[ABOUT THIS TASK]: Go through the entries below. Copy each line in which "IFCPRODUCTDEFINITIONSHAPE" appears.

[RECORDS]:
>>>
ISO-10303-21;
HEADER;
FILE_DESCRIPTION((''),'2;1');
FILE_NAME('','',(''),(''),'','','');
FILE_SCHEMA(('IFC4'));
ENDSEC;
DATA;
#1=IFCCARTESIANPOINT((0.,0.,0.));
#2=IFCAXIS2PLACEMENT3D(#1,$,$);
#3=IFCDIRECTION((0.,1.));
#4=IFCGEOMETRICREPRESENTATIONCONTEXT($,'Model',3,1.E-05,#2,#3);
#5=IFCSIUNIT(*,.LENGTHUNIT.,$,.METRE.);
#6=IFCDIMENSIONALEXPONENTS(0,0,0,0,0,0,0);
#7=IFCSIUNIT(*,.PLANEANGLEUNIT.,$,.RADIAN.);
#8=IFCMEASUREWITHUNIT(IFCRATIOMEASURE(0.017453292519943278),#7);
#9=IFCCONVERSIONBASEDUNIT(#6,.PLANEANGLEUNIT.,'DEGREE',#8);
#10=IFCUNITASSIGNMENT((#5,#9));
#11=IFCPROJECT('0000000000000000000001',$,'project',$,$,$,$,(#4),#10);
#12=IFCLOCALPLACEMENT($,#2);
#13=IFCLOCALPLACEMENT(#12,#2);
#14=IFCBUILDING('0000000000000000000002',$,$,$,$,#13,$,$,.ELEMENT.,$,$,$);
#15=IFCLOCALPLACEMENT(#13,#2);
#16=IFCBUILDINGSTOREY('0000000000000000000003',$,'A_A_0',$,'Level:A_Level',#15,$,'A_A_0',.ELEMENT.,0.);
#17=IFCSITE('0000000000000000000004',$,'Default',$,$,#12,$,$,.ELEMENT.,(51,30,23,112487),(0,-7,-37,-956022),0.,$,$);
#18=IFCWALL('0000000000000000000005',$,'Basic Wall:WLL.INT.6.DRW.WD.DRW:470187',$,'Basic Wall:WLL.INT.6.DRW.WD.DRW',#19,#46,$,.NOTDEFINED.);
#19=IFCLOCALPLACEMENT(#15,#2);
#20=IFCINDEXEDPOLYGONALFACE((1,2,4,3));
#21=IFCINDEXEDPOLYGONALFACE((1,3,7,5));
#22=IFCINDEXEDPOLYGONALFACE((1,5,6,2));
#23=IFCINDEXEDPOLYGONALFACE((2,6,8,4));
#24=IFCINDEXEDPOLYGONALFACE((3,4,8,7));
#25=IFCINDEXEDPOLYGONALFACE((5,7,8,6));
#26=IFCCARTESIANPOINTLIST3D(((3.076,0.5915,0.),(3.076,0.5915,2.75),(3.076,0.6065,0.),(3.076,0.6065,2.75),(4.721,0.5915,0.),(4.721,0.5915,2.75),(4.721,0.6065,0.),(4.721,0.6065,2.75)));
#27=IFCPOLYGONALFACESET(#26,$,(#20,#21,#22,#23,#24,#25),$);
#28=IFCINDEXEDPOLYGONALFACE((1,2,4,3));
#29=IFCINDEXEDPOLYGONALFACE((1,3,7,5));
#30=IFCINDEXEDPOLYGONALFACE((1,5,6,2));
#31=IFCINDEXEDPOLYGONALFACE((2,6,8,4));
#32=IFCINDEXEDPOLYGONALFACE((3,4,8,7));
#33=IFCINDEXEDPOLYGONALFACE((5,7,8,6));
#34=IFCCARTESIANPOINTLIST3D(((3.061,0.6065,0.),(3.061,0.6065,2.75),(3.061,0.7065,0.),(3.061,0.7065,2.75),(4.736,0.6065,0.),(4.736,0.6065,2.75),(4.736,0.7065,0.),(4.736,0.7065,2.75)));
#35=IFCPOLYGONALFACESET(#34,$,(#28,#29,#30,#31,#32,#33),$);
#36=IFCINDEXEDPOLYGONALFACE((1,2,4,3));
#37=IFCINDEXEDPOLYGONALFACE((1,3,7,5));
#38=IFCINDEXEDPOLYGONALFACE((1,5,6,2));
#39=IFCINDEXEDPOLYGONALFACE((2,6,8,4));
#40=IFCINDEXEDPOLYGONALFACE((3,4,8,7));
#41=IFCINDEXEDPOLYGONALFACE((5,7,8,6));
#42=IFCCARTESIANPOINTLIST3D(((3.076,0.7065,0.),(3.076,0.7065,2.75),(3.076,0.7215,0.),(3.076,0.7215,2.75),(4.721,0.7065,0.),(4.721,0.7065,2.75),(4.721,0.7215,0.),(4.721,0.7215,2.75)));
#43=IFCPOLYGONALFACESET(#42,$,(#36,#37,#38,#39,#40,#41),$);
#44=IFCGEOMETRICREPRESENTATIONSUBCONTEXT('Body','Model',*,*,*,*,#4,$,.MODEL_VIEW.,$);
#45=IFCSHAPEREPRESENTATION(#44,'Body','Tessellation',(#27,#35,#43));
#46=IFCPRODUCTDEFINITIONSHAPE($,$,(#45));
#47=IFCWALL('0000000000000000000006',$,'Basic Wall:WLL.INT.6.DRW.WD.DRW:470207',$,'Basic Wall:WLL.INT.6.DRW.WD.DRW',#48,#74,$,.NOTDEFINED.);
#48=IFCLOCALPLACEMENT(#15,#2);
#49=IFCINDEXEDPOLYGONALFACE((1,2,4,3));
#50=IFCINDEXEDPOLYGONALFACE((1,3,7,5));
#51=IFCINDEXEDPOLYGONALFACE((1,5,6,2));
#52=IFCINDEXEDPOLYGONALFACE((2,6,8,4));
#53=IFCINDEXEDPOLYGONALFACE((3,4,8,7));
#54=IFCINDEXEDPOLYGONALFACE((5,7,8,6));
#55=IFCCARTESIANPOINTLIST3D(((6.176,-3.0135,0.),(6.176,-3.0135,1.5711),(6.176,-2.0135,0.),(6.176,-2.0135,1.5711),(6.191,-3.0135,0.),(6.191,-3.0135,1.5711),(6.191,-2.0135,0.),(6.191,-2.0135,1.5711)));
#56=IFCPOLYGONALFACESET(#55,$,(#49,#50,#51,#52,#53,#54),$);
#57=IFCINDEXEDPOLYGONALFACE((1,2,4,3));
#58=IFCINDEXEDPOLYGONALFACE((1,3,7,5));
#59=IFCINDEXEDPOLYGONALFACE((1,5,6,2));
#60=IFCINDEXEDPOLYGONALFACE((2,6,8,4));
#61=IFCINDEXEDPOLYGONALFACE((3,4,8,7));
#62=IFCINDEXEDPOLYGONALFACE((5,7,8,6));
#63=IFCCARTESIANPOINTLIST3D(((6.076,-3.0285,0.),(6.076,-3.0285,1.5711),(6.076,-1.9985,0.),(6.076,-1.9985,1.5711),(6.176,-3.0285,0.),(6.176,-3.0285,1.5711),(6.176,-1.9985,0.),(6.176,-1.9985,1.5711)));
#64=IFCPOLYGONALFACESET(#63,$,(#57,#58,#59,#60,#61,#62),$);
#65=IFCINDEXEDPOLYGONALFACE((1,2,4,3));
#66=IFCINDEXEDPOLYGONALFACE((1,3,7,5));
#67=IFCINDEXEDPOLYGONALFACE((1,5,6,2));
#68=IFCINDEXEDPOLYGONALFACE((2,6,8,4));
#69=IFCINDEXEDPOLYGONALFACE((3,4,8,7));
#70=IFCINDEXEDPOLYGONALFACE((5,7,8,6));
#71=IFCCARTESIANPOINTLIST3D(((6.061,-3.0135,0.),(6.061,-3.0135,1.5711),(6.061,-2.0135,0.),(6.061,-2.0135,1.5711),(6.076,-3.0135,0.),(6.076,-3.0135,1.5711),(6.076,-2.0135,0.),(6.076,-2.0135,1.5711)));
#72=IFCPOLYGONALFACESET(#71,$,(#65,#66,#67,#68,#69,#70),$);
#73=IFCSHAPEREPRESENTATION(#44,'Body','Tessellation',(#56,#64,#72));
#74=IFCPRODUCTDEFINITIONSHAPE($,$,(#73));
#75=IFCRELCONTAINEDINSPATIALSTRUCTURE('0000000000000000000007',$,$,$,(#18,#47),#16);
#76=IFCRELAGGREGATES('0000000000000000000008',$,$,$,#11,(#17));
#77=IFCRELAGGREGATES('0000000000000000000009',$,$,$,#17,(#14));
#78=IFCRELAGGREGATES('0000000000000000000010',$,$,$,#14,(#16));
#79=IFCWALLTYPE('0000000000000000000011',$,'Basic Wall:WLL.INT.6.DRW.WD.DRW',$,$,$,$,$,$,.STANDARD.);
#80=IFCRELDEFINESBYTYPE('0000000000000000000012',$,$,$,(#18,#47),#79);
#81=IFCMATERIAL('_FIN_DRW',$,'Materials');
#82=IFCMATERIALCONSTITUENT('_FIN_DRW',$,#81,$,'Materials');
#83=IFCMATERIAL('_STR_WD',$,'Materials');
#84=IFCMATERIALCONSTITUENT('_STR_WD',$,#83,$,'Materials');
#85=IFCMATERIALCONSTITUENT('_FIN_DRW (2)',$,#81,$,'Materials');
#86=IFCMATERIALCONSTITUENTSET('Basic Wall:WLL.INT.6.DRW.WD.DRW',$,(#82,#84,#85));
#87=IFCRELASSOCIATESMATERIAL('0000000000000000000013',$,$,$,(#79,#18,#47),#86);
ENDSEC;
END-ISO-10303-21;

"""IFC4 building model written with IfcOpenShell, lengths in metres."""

from ifc_helpers import new_model, entity, si_unit, converted_unit, direction, frame, origin, place, context, subcontext, project, spatial, indexed_curve, outline, extrude, material, constituent, constituent_set, type_object, element, save


model = new_model("IFC4")

# Units and contexts
model_context = context("Model", 3, precision=1e-05, world=origin(), true_north=direction((0.0, 1.0)))
body_context = subcontext(model_context, "Body", "Model", "MODEL_VIEW")
ifc_project = project(units=[si_unit("LENGTHUNIT", "METRE"), converted_unit("PLANEANGLEUNIT", "DEGREE", entity("IfcRatioMeasure", 0.017453292519943278), si_unit("PLANEANGLEUNIT", "RADIAN"), dimensions=[0, 0, 0, 0, 0, 0, 0])], contexts=[model_context])

# Site, building, storey
site_placement = place(None, origin())
site = spatial("IfcSite", under=ifc_project, at=site_placement, Name="Default", CompositionType="ELEMENT", RefLatitude=(51, 30, 23, 112487), RefLongitude=(0, -7, -37, -956022), RefElevation=0.0)
building_placement = place(site_placement, origin())
building = spatial("IfcBuilding", under=site, at=building_placement, CompositionType="ELEMENT")
storey_placement = place(building_placement, origin())
storey = spatial("IfcBuildingStorey", under=building, at=storey_placement, Name="A_A_0", ObjectType="Level:A_Level", LongName="A_A_0", CompositionType="ELEMENT", Elevation=0.0)

# Shared definitions
ifc_material_1 = material(Name="_FIN_DRW", Category="Materials")
ifc_material_2 = material(Name="_STR_WD", Category="Materials")

# Walls
ifc_constituent_1 = constituent(ifc_material_1, Name="_FIN_DRW", Category="Materials")
ifc_constituent_2 = constituent(ifc_material_2, Name="_STR_WD", Category="Materials")
ifc_constituent_3 = constituent(ifc_material_1, Name="_FIN_DRW (2)", Category="Materials")
ifc_constituent_set_1 = constituent_set(constituents=[ifc_constituent_1, ifc_constituent_2, ifc_constituent_3], Name="Basic Wall:WLL.INT.6.DRW.WD.DRW")
wall_type_1 = type_object("IfcWallType", Name="Basic Wall:WLL.INT.6.DRW.WD.DRW", PredefinedType="STANDARD", material=ifc_constituent_set_1)
wall_1_placement = place(storey_placement, frame((4.721, 0.6565, 0.0), z_axis=(0.0, 0.0, 1.0), x_axis=(-1.0, 0.0, 0.0)))
element("IfcWall", 1, at=wall_1_placement, inside=storey, type_object=wall_type_1, material=ifc_constituent_set_1, Name="Basic Wall:WLL.INT.6.DRW.WD.DRW:470187", ObjectType="Basic Wall:WLL.INT.6.DRW.WD.DRW", PredefinedType="NOTDEFINED", context=body_context, shape_type="SweptSolid", body=[
    extrude(outline(indexed_curve([(-0.0075, -0.8225), (0.0075, -0.8225), (0.0075, 0.8225), (-0.0075, 0.8225), (-0.0075, -0.8225)], self_intersect=False)), frame((0.8225, 0.0575, 0.0), z_axis=(0.0, 0.0, 1.0), x_axis=(0.0, -1.0, 0.0)), (0.0, 0.0, 1.0), 2.75),
    extrude(outline(indexed_curve([(-0.8375, -0.05), (0.8375, -0.05), (0.8375, 0.05), (-0.8375, 0.05), (-0.8375, -0.05)], self_intersect=False)), frame((0.8225, 0.0, 0.0)), (0.0, 0.0, 1.0), 2.75),
    extrude(outline(indexed_curve([(-0.0075, -0.8225), (0.0075, -0.8225), (0.0075, 0.8225), (-0.0075, 0.8225), (-0.0075, -0.8225)], self_intersect=False)), frame((0.8225, -0.0575, 0.0), z_axis=(0.0, 0.0, 1.0), x_axis=(0.0, 1.0, 0.0)), (0.0, 0.0, 1.0), 2.75),
])
wall_2_placement = place(storey_placement, frame((6.126, -2.0135, 0.0), z_axis=(0.0, 0.0, 1.0), x_axis=(0.0, -1.0, 0.0)))
element("IfcWall", 2, at=wall_2_placement, inside=storey, type_object=wall_type_1, material=ifc_constituent_set_1, Name="Basic Wall:WLL.INT.6.DRW.WD.DRW:470207", ObjectType="Basic Wall:WLL.INT.6.DRW.WD.DRW", PredefinedType="NOTDEFINED", context=body_context, shape_type="SweptSolid", body=[
    extrude(outline(indexed_curve([(-0.0075, -0.5), (0.0075, -0.5), (0.0075, 0.5), (-0.0075, 0.5), (-0.0075, -0.5)], self_intersect=False)), frame((0.5, 0.0575, 0.0), z_axis=(0.0, 0.0, 1.0), x_axis=(0.0, -1.0, 0.0)), (0.0, 0.0, 1.0), 1.5711),
    extrude(outline(indexed_curve([(-0.515, -0.05), (0.515, -0.05), (0.515, 0.05), (-0.515, 0.05), (-0.515, -0.05)], self_intersect=False)), frame((0.5, 0.0, 0.0)), (0.0, 0.0, 1.0), 1.5711),
    extrude(outline(indexed_curve([(-0.0075, -0.5), (0.0075, -0.5), (0.0075, 0.5), (-0.0075, 0.5), (-0.0075, -0.5)], self_intersect=False)), frame((0.5, -0.0575, 0.0), z_axis=(0.0, 0.0, 1.0), x_axis=(0.0, 1.0, 0.0)), (0.0, 0.0, 1.0), 1.5711),
])

save(model, "model.ifc")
<<<
[ANSWER BOX]:
#46=IFCPRODUCTDEFINITIONSHAPE($,$,(#45));
#74=IFCPRODUCTDEFINITIONSHAPE($,$,(#73));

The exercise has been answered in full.